As everyone else said, be calm, cool and dispassionate around her. You have to let her come to you. Let her own her own drama right now. She may be going through a midlife crisis. She may have another man on the side and be playing the game with you unhtil it is stable with him. No one knows. Just move forward with working on you right now. Be interesting, fun and calm. I know I have pushed my wife further into this guys arms because I can not control my anger around her. Do not do that. Just relax. It hurts. It is hard. Just suck it up. be the bigger man. Above all else, patience. 


good luck my friend. Please remember, ask here before you do anything crazy with her. These things play out like a script and MANY people on here have been through it. There is a lot of good advice that you will get. Just be open and listen. A LOT of it is counter intuitive.


----------



## whitehawk (Aug 14, 2012)

Thanks so much people , so appreciated. Yep this place is a God sent no doubt about it . You don't wanna drag ur friends into ur crap too much either do ya , especially happy ones- actually , if u have any that is , mine were all mixed in with her and she wins here so it's over and out right now.
Well ,much clearer now thanks so much again and guess what , looks like I've been doing it sorta right anyway.
But I so know what u mean to H , l was that f'g angry when she hit me with this ****, lost it - who wouldn't though l say so stuff it who cares but it did push her further away to. Pretty well affirms their decision if ur not careful but hey she was going anyway so to hell with that.
Howard Hughs had it right,
" What your leaving me yet you expect graciousness - well Fk you lady "

ln the last few wks before she left though l turned it round and thought to hell with this garbage I'm not squirming or raging over her anymore.

And that's pretty well stuck now. I don't ask what she's doing , or who , to be honest I don't wanna f'n know anyway, scared of what l might hear too. Mind u , a bit of private investigating earlier on , no more though and I don't say mine, seems to bug her a bit, nice .
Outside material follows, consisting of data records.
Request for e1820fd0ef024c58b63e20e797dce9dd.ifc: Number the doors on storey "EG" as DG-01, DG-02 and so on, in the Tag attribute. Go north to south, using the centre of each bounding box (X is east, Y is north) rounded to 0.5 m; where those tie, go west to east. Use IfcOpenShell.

First a look at what the model holds.

```python
import ifcopenshell
import ifcopenshell.util.element
import ifcopenshell.util.placement

model = ifcopenshell.open("e1820fd0ef024c58b63e20e797dce9dd.ifc")
print(model.schema)
storey = next(s for s in model.by_type("IfcBuildingStorey") if s.Name == "EG")
doors = [e for e in ifcopenshell.util.element.get_decomposition(storey) if e.is_a("IfcDoor")]
for e in sorted(doors, key=lambda e: e.id()):
    origin = ifcopenshell.util.placement.get_local_placement(e.ObjectPlacement)[:3, 3]
    print(e.id(), e.Tag, e.Name, origin.round(2) + 0.0, sep=" | ")
```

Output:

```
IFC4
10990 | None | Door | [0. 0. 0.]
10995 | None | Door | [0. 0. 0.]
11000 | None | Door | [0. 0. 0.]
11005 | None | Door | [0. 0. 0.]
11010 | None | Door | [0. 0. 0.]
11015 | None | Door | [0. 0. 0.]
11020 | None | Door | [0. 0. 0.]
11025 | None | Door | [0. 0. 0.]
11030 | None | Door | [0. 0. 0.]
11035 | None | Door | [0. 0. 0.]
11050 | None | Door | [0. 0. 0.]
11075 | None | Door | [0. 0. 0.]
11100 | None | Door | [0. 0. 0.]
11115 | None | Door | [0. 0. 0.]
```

```python
import ifcopenshell
import ifcopenshell.geom
import ifcopenshell.util.element
import ifcopenshell.util.shape

model = ifcopenshell.open("e1820fd0ef024c58b63e20e797dce9dd.ifc")
settings = ifcopenshell.geom.settings()
settings.set("use-world-coords", True)


def centre(element):
    shape = ifcopenshell.geom.create_shape(settings, element)
    return ifcopenshell.util.shape.get_bbox_centroid(shape.geometry)


storey = next(s for s in model.by_type("IfcBuildingStorey") if s.Name == "EG")
doors = [e for e in ifcopenshell.util.element.get_decomposition(storey) if e.is_a("IfcDoor")]

# Insertion points can sit at a corner or the storey origin, so sort by the geometry (in metres).
centres = {e: centre(e) for e in doors}
doors.sort(key=lambda e: (-round(centres[e][1] / 0.5), centres[e][0]))

for i, e in enumerate(doors, start=1):
    number = f"DG-{i:02d}"
    e.Tag = number
    print(e.id(), number)

model.write("e1820fd0ef024c58b63e20e797dce9dd_rev.ifc")
```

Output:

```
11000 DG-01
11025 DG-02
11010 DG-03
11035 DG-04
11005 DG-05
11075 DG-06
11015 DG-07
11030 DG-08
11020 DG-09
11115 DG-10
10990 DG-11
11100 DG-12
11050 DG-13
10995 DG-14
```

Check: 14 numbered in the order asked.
I'll b back , guess who's just rocked up !!!!!!

False alarm - neighbor .

Good luck today Angel , hope it's not too rough on you - hey , sounds like perfect 180 conditions on that one .


----------



## Serenity_Prayer (Oct 31, 2012)

I get what you mean. STBX hasn't moved out yet and right now we're both on opposite ends of the couch. Me on the computer and him playing video games. Cozy as it was before, but shows why we are where we are. Sometimes we have conversations like old friends. We want to keep it civil for the kids plus we are still living in the same house, but I can't wait for him to move out so we can keep things more separate as they should be. It's about what's familiar, but we need to keep it distant and get on with our new lives.


----------



## whitehawk (Aug 14, 2012)

On the one couch couldn't have bared that. Lucky we had one on one side of the lounge and one on the other. Yeah I agree and in the end just couldn't wait for her to get the hell out if that's how it was going to be.
It got really bazaar in the end and it was just time.
I was going to go away for the last 2 wks of it it got so uncomfortable and creepy but I decided to stay and we were both glad I did. For what it was at least we were still a family of sorts for my daughter for 2 wks longer.


----------



## oncehisangel (Oct 13, 2012)

you're doing great white.H 

hang tough


----------



## whitehawk (Aug 14, 2012)

Thanks angel and you too hey. Day at a time as they say.


----------